Question

The frequency of light in air is $5 \times {10^{14}}Hz$. What will be the frequency of light, when it enters the water?
$
  A.2.5 \times {10^{14}}Hz \\
  B.5 \times {10^{14}}Hz \\
  C{.10^{15}}Hz \\
  D.2.5 \times {10^{12}}Hz \\
 $

Answer 1

Hint: When light ray enters a denser medium, the speed of light decreases. The refractive index of the body is equal to the ratio of velocity of light in air to the velocity of light in the medium.
$\mu = \dfrac{c}{V}$
c = speed of light in air = $3 \times {10^8}m{s^{ - 1}}$

Complete step-by-step answer:
The velocity of light is equal to the product of frequency and wavelength of the light.
$c = \upsilon \times \lambda $
Whenever light enters another medium, the speed of light changes. This change in speed is due to the change in wavelength and not due to the change in the frequency. This is because, when it reaches a new denser medium, the light has to travel a larger distance to make up for the constant time.
Hence, refractive index $\mu = \dfrac{c}{V} = \dfrac{{\upsilon {\lambda _1}}}{{\upsilon {\lambda _2}}}$
Here, we can see that even in air and water, the frequency of the light remains the same and only the wavelength changes.
So therefore, if the frequency of the light in air is $5 \times {10^{14}}Hz$, the frequency of light in water shall remain the same i.e. $5 \times {10^{14}}Hz$

Hence, the correct option is Option B.

Note: Sometimes, we could be confused by the formula for the refractive index in terms of velocity.
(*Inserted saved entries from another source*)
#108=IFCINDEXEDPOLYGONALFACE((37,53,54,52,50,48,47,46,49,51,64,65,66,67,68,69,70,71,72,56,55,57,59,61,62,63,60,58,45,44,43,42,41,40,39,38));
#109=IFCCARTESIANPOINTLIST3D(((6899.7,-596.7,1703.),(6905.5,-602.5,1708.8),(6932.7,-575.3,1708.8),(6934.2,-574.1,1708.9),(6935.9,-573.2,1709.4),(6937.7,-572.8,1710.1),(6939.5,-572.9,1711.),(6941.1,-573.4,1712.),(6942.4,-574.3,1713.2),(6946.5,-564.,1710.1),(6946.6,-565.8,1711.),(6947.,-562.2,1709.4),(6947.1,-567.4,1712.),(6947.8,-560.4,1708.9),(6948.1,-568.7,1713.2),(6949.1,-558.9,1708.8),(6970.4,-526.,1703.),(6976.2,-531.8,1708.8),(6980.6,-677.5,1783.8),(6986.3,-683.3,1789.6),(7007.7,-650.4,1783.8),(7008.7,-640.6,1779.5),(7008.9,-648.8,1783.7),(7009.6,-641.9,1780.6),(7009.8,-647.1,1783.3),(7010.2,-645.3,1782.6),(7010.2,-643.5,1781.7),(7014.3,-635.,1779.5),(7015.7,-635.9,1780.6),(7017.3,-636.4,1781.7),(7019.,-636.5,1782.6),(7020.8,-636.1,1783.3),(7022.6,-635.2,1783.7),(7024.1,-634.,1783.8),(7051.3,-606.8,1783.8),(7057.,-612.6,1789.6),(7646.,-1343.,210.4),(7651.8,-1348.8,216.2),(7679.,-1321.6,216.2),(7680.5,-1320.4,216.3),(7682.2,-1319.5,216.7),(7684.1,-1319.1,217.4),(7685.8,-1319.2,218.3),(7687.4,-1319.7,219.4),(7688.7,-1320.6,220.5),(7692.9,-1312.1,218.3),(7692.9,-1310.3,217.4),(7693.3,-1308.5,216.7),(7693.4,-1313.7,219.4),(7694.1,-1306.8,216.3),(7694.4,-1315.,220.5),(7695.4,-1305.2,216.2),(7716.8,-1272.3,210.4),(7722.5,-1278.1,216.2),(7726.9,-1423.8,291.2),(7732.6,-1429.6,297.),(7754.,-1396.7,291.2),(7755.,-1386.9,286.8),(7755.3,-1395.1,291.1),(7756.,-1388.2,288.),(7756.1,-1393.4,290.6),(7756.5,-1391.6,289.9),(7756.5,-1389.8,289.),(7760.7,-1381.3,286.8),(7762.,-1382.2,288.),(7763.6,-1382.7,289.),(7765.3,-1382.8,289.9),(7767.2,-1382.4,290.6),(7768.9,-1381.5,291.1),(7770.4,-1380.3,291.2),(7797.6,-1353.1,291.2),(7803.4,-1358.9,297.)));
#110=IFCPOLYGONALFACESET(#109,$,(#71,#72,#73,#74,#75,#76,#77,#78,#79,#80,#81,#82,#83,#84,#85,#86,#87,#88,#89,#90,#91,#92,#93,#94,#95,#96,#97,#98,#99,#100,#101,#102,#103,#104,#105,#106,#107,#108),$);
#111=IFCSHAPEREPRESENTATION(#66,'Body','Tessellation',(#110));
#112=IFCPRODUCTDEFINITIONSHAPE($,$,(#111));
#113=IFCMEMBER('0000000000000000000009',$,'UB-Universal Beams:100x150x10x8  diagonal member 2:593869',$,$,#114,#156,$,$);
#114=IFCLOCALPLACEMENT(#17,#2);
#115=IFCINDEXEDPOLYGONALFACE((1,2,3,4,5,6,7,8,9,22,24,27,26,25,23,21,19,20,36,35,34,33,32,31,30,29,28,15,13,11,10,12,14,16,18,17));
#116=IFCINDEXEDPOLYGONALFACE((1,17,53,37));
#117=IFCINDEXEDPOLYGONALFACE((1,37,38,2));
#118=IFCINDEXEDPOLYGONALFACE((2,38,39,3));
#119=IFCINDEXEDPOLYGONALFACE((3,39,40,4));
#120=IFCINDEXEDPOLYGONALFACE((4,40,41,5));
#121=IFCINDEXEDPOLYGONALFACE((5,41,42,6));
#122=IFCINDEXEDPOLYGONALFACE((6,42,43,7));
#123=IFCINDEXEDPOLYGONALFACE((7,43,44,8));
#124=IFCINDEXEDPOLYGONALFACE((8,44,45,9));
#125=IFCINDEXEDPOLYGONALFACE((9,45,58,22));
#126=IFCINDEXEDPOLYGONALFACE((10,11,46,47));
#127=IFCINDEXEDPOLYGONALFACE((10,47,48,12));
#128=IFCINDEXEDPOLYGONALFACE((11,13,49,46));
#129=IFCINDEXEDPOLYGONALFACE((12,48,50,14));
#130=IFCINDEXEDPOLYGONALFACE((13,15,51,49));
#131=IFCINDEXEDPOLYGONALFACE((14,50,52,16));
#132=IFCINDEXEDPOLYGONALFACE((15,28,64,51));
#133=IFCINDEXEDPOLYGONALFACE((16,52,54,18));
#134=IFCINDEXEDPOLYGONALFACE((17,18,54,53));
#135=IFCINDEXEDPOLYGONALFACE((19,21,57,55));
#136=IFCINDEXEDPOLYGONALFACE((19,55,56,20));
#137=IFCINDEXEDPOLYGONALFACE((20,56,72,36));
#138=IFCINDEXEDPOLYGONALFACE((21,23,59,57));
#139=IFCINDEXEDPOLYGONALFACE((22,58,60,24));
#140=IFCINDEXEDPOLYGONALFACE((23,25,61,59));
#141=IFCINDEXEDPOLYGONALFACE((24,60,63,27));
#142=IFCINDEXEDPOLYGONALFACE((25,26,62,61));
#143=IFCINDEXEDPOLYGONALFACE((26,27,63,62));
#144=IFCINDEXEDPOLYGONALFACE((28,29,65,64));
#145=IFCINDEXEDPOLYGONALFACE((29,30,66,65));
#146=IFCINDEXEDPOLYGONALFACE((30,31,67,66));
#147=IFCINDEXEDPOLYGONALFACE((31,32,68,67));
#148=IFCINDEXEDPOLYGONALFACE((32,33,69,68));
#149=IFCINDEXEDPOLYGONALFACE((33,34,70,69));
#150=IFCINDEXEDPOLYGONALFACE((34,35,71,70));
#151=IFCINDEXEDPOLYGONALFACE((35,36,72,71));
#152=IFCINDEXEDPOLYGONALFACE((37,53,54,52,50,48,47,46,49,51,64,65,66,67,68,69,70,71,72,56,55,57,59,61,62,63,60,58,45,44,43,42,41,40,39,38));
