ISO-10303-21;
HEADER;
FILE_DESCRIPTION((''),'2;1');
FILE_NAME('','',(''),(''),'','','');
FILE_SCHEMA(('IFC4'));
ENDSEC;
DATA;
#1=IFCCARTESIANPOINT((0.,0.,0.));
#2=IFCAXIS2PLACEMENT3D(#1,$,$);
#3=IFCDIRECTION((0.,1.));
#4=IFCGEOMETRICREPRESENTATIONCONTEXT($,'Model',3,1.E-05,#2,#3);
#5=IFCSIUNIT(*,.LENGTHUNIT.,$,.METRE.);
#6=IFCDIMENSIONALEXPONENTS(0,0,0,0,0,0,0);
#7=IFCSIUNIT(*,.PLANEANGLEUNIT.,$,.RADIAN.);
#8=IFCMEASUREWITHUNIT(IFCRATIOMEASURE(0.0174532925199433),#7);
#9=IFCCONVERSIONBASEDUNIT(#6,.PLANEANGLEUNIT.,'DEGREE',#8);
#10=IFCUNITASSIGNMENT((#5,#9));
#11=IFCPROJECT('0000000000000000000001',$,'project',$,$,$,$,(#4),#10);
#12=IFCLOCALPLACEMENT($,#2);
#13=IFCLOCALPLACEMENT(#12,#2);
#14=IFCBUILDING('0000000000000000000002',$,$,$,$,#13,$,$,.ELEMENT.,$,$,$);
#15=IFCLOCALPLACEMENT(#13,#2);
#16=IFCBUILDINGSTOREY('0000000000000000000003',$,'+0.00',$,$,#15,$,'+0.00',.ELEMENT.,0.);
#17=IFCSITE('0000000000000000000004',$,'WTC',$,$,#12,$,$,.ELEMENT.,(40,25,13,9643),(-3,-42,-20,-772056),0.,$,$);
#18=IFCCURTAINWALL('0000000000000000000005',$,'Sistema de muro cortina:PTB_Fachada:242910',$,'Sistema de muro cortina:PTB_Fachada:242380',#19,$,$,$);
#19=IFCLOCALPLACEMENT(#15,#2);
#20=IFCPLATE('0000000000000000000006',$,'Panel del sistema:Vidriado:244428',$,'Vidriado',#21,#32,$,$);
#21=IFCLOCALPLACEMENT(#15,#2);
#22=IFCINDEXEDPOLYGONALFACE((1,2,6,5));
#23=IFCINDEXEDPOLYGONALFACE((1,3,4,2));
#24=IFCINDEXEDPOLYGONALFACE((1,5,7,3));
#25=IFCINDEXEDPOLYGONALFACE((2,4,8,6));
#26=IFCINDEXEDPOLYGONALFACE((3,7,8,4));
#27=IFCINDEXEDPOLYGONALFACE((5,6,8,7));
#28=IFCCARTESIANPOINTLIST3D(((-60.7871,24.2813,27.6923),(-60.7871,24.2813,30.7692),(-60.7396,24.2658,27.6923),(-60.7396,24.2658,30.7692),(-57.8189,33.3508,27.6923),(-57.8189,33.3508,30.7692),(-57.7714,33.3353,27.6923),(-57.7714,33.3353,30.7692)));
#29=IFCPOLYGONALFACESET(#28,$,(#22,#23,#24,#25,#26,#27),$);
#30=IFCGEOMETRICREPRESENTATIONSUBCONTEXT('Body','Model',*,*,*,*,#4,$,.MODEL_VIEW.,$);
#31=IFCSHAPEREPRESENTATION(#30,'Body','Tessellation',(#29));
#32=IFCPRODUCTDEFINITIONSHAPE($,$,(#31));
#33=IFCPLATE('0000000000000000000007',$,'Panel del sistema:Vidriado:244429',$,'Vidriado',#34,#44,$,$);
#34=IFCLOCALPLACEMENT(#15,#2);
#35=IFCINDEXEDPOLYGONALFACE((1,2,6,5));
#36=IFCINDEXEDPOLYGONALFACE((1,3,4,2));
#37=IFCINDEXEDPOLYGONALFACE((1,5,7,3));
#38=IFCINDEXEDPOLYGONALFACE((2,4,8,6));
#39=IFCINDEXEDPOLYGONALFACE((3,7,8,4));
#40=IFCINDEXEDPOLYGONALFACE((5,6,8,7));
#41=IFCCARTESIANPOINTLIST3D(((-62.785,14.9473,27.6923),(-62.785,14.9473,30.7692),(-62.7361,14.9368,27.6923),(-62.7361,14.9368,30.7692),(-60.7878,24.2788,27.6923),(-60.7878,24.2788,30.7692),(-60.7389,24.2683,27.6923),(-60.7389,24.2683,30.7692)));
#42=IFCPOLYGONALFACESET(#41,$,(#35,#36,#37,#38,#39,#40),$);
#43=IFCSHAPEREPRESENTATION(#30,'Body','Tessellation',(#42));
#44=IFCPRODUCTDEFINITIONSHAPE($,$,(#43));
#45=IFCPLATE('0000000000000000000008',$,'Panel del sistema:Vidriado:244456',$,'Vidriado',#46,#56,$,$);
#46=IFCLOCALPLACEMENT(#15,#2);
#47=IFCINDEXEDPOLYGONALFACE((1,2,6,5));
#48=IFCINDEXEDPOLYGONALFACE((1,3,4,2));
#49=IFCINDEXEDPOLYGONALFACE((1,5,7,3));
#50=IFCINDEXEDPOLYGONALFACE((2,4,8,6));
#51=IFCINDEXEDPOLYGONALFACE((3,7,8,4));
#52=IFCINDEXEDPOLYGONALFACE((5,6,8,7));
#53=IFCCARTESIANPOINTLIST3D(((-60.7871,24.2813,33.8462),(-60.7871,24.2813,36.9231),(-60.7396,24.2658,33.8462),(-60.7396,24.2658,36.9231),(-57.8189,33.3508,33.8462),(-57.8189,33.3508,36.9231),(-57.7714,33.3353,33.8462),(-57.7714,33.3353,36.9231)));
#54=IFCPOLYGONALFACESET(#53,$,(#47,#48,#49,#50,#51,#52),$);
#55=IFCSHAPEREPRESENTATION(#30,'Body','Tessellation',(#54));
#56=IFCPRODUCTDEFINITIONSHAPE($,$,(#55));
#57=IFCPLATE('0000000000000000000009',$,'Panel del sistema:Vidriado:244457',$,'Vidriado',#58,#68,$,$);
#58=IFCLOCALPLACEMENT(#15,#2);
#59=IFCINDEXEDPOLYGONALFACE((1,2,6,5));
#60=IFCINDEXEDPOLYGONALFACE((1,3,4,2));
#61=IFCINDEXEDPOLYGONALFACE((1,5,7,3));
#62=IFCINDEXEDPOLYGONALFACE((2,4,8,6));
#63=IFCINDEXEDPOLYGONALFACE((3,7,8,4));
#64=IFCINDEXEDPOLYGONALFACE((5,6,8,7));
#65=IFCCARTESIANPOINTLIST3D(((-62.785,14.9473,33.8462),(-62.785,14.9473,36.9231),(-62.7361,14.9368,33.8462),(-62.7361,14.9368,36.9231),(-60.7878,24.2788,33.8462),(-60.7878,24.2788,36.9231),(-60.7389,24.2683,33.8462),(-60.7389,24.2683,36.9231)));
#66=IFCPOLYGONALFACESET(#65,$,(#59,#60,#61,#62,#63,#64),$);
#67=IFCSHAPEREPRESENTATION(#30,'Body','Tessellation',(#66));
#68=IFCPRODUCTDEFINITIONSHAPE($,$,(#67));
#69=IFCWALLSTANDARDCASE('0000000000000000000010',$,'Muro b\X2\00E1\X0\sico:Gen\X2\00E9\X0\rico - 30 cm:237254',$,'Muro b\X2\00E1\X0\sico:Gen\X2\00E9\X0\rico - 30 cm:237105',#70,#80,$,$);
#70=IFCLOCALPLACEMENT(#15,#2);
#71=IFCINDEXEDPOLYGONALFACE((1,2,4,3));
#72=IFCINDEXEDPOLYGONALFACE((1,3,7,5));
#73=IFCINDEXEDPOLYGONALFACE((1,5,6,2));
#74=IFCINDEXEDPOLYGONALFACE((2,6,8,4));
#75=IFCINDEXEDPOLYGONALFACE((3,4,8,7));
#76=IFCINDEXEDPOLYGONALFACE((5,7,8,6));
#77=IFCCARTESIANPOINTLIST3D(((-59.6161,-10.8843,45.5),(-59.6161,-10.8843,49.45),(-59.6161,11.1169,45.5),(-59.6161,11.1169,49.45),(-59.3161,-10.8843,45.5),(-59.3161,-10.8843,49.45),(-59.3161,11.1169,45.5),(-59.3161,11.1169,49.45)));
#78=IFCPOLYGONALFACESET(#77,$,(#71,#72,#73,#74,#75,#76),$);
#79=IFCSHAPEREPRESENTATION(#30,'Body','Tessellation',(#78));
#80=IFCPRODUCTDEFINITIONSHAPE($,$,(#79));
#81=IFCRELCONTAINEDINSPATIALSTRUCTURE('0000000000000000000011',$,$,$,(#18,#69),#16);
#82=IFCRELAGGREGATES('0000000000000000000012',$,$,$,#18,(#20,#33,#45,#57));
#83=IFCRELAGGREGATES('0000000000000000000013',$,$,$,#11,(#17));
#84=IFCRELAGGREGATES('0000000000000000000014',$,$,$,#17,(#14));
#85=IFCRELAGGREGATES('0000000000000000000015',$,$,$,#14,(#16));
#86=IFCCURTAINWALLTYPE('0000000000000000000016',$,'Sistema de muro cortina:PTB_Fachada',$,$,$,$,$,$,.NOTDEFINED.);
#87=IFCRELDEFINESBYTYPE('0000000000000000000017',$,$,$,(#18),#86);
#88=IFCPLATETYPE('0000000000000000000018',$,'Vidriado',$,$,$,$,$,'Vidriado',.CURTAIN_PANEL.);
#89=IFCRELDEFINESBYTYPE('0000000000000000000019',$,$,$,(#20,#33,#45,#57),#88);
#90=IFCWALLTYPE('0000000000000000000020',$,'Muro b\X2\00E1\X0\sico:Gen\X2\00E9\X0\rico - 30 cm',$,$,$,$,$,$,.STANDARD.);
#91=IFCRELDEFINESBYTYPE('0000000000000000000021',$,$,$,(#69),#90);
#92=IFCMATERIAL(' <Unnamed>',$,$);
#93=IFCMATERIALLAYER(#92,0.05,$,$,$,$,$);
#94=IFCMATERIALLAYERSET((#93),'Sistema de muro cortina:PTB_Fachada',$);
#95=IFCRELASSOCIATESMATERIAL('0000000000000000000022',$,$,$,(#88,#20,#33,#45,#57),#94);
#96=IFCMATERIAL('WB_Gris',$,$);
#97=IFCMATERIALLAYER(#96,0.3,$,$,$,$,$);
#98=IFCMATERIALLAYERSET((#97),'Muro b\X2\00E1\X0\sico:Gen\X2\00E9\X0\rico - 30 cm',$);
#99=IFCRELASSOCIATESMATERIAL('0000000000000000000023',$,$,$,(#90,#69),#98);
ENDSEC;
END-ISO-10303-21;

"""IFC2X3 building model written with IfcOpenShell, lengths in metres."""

from ifc_helpers import new_model, entity, si_unit, converted_unit, direction, frame, frame_2d, origin, origin_2d_with_axis, place, context, subcontext, project, spatial, polyline, rectangle, extrude, clip, bounded_halfspace, source, transform, mapped, material, layer, layer_set, layer_usage, type_object, type_shapes, element, aggregate, save


model = new_model("IFC2X3")

# Units and contexts
model_context = context("Model", 3, precision=1e-05, world=origin(), true_north=direction((0.0, 1.0)))
body_context = subcontext(model_context, "Body", "Model", "MODEL_VIEW")
ifc_project = project(units=[si_unit("LENGTHUNIT", "METRE"), converted_unit("PLANEANGLEUNIT", "DEGREE", entity("IfcRatioMeasure", 0.0174532925199433), si_unit("PLANEANGLEUNIT", "RADIAN"), dimensions=[0, 0, 0, 0, 0, 0, 0])], contexts=[model_context])

# Site, building, storey
site_placement = place(None, origin())
site = spatial("IfcSite", under=ifc_project, at=site_placement, Name="WTC", CompositionType="ELEMENT", RefLatitude=(40, 25, 13, 9643), RefLongitude=(-3, -42, -20, -772056), RefElevation=0.0)
building_placement = place(site_placement, origin())
building = spatial("IfcBuilding", under=site, at=building_placement, CompositionType="ELEMENT")
storey_placement = place(building_placement, origin())
storey = spatial("IfcBuildingStorey", under=building, at=storey_placement, Name="+0.00", LongName="+0.00", CompositionType="ELEMENT", Elevation=0.0)

# Curtain wall, plates
curtain_wall_type = type_object("IfcCurtainWallType", Name="Sistema de muro cortina:PTB_Fachada", PredefinedType="NOTDEFINED")
curtain_wall_placement = place(storey_placement, origin())
curtain_wall = element("IfcCurtainWall", 1, at=curtain_wall_placement, inside=storey, type_object=curtain_wall_type, Name="Sistema de muro cortina:PTB_Fachada:242910", ObjectType="Sistema de muro cortina:PTB_Fachada:242380")
ifc_material_1 = material(Name=" <Unnamed>")
ifc_layer_1 = layer(ifc_material_1, 0.05)
ifc_layer_set_1 = layer_set([ifc_layer_1], Name="Sistema de muro cortina:PTB_Fachada")
plate_type_1 = type_object("IfcPlateType", Name="Vidriado", ElementType="Vidriado", PredefinedType="CURTAIN_PANEL", material=ifc_layer_set_1)
shared_shape_1 = source(origin(), body_context, "Body", "SweptSolid", [
    extrude(rectangle(XDim=0.05, YDim=9.5428, at=origin_2d_with_axis()), frame((0.0, 0.0, 0.0), z_axis=(0.0, 0.0, 1.0), x_axis=(0.0, 1.0, 0.0)), (0.0, 0.0, 1.0), 3.0769),
])
type_shapes(plate_type_1, [shared_shape_1])
ifc_layer_usage_1 = layer_usage(ifc_layer_set_1, "AXIS3", "POSITIVE", 0.0)
plate_1_placement = place(curtain_wall_placement, frame((-59.2792, 28.8083, 27.6923), z_axis=(0.0, 0.0, 1.0), x_axis=(-0.311036, -0.950398, 0.0)))
plate_1 = element("IfcPlate", 2, at=plate_1_placement, type_object=plate_type_1, material=ifc_layer_usage_1, Name="Panel del sistema:Vidriado:244428", ObjectType="Vidriado", context=body_context, shape_type="MappedRepresentation", body=[
    mapped(shared_shape_1, transform((0.0, 0.0, 0.0), scale=1.0)),
])
ifc_layer_usage_2 = layer_usage(ifc_layer_set_1, "AXIS3", "POSITIVE", 0.0)
plate_2_placement = place(curtain_wall_placement, frame((-61.762, 19.6078, 27.6923), z_axis=(0.0, 0.0, 1.0), x_axis=(-0.209296, -0.977852, 0.0)))
plate_2 = element("IfcPlate", 3, at=plate_2_placement, type_object=plate_type_1, material=ifc_layer_usage_2, Name="Panel del sistema:Vidriado:244429", ObjectType="Vidriado", context=body_context, shape_type="MappedRepresentation", body=[
    mapped(shared_shape_1, transform((0.0, 0.0, 0.0), scale=1.0)),
])
ifc_layer_usage_3 = layer_usage(ifc_layer_set_1, "AXIS3", "POSITIVE", 0.0)
plate_3_placement = place(curtain_wall_placement, frame((-59.2792, 28.8083, 33.8462), z_axis=(0.0, 0.0, 1.0), x_axis=(-0.311036, -0.950398, 0.0)))
plate_3 = element("IfcPlate", 4, at=plate_3_placement, type_object=plate_type_1, material=ifc_layer_usage_3, Name="Panel del sistema:Vidriado:244456", ObjectType="Vidriado", context=body_context, shape_type="MappedRepresentation", body=[
    mapped(shared_shape_1, transform((0.0, 0.0, 0.0), scale=1.0)),
])
ifc_layer_usage_4 = layer_usage(ifc_layer_set_1, "AXIS3", "POSITIVE", 0.0)
plate_4_placement = place(curtain_wall_placement, frame((-61.762, 19.6078, 33.8462), z_axis=(0.0, 0.0, 1.0), x_axis=(-0.209296, -0.977852, 0.0)))
plate_4 = element("IfcPlate", 5, at=plate_4_placement, type_object=plate_type_1, material=ifc_layer_usage_4, Name="Panel del sistema:Vidriado:244457", ObjectType="Vidriado", context=body_context, shape_type="MappedRepresentation", body=[
    mapped(shared_shape_1, transform((0.0, 0.0, 0.0), scale=1.0)),
])
aggregate(curtain_wall, [plate_1, plate_2, plate_3, plate_4])

# Wall
ifc_material_2 = material(Name="WB_Gris")
ifc_layer_2 = layer(ifc_material_2, 0.3)
ifc_layer_set_2 = layer_set([ifc_layer_2], Name="Muro básico:Genérico - 30 cm")
wall_type = type_object("IfcWallType", Name="Muro básico:Genérico - 30 cm", PredefinedType="STANDARD", material=ifc_layer_set_2)
ifc_layer_usage_5 = layer_usage(ifc_layer_set_2, "AXIS2", "NEGATIVE", 0.15)
wall_1_placement = place(storey_placement, frame((-59.4661, 11.1169, 45.5), z_axis=(0.0, 0.0, 1.0), x_axis=(0.0, -1.0, 0.0)))
element("IfcWallStandardCase", 6, at=wall_1_placement, inside=storey, type_object=wall_type, material=ifc_layer_usage_5, Name="Muro básico:Genérico - 30 cm:237254", ObjectType="Muro básico:Genérico - 30 cm:237105", context=body_context, shape_type="Clipping", body=[
    clip(extrude(rectangle(XDim=22.0012, YDim=0.3, at=frame_2d((11.0006, 0.0), x_axis=(-1.0, 0.0))), origin(), (0.0, 0.0, 1.0), 3.95), bounded_halfspace(frame((0.0, -0.15, 3.95), z_axis=(0.0, 0.0, 1.0), x_axis=(0.0, -1.0, 0.0)), False, frame((0.0, -0.15, 3.95), z_axis=(0.0, 0.0, 1.0), x_axis=(0.0, -1.0, 0.0)), polyline([(0.0, 0.0), (0.0, 22.0012), (-0.3, 22.0012), (-0.3, 21.7012), (-0.3, 0.3), (-0.3, 0.0), (0.0, 0.0)]))),
])

save(model, "model.ifc")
Whether it is $\dfrac{c}{v}$ or $\dfrac{v}{c}$. Instead of getting confused by the formula and thus, ending up byhearting the formula, we can use a small validation check as explained:
Solve both of the fractions $\dfrac{c}{v}\& \dfrac{v}{c}$.
In one of the fractions, the answer will be lesser than 1 and the other answer will be more than 1.
Refractive index of air is 1. Hence, the minimum value that the refractive index can take, is 1. Hence, the fraction with the answer lesser than 1 is not an option.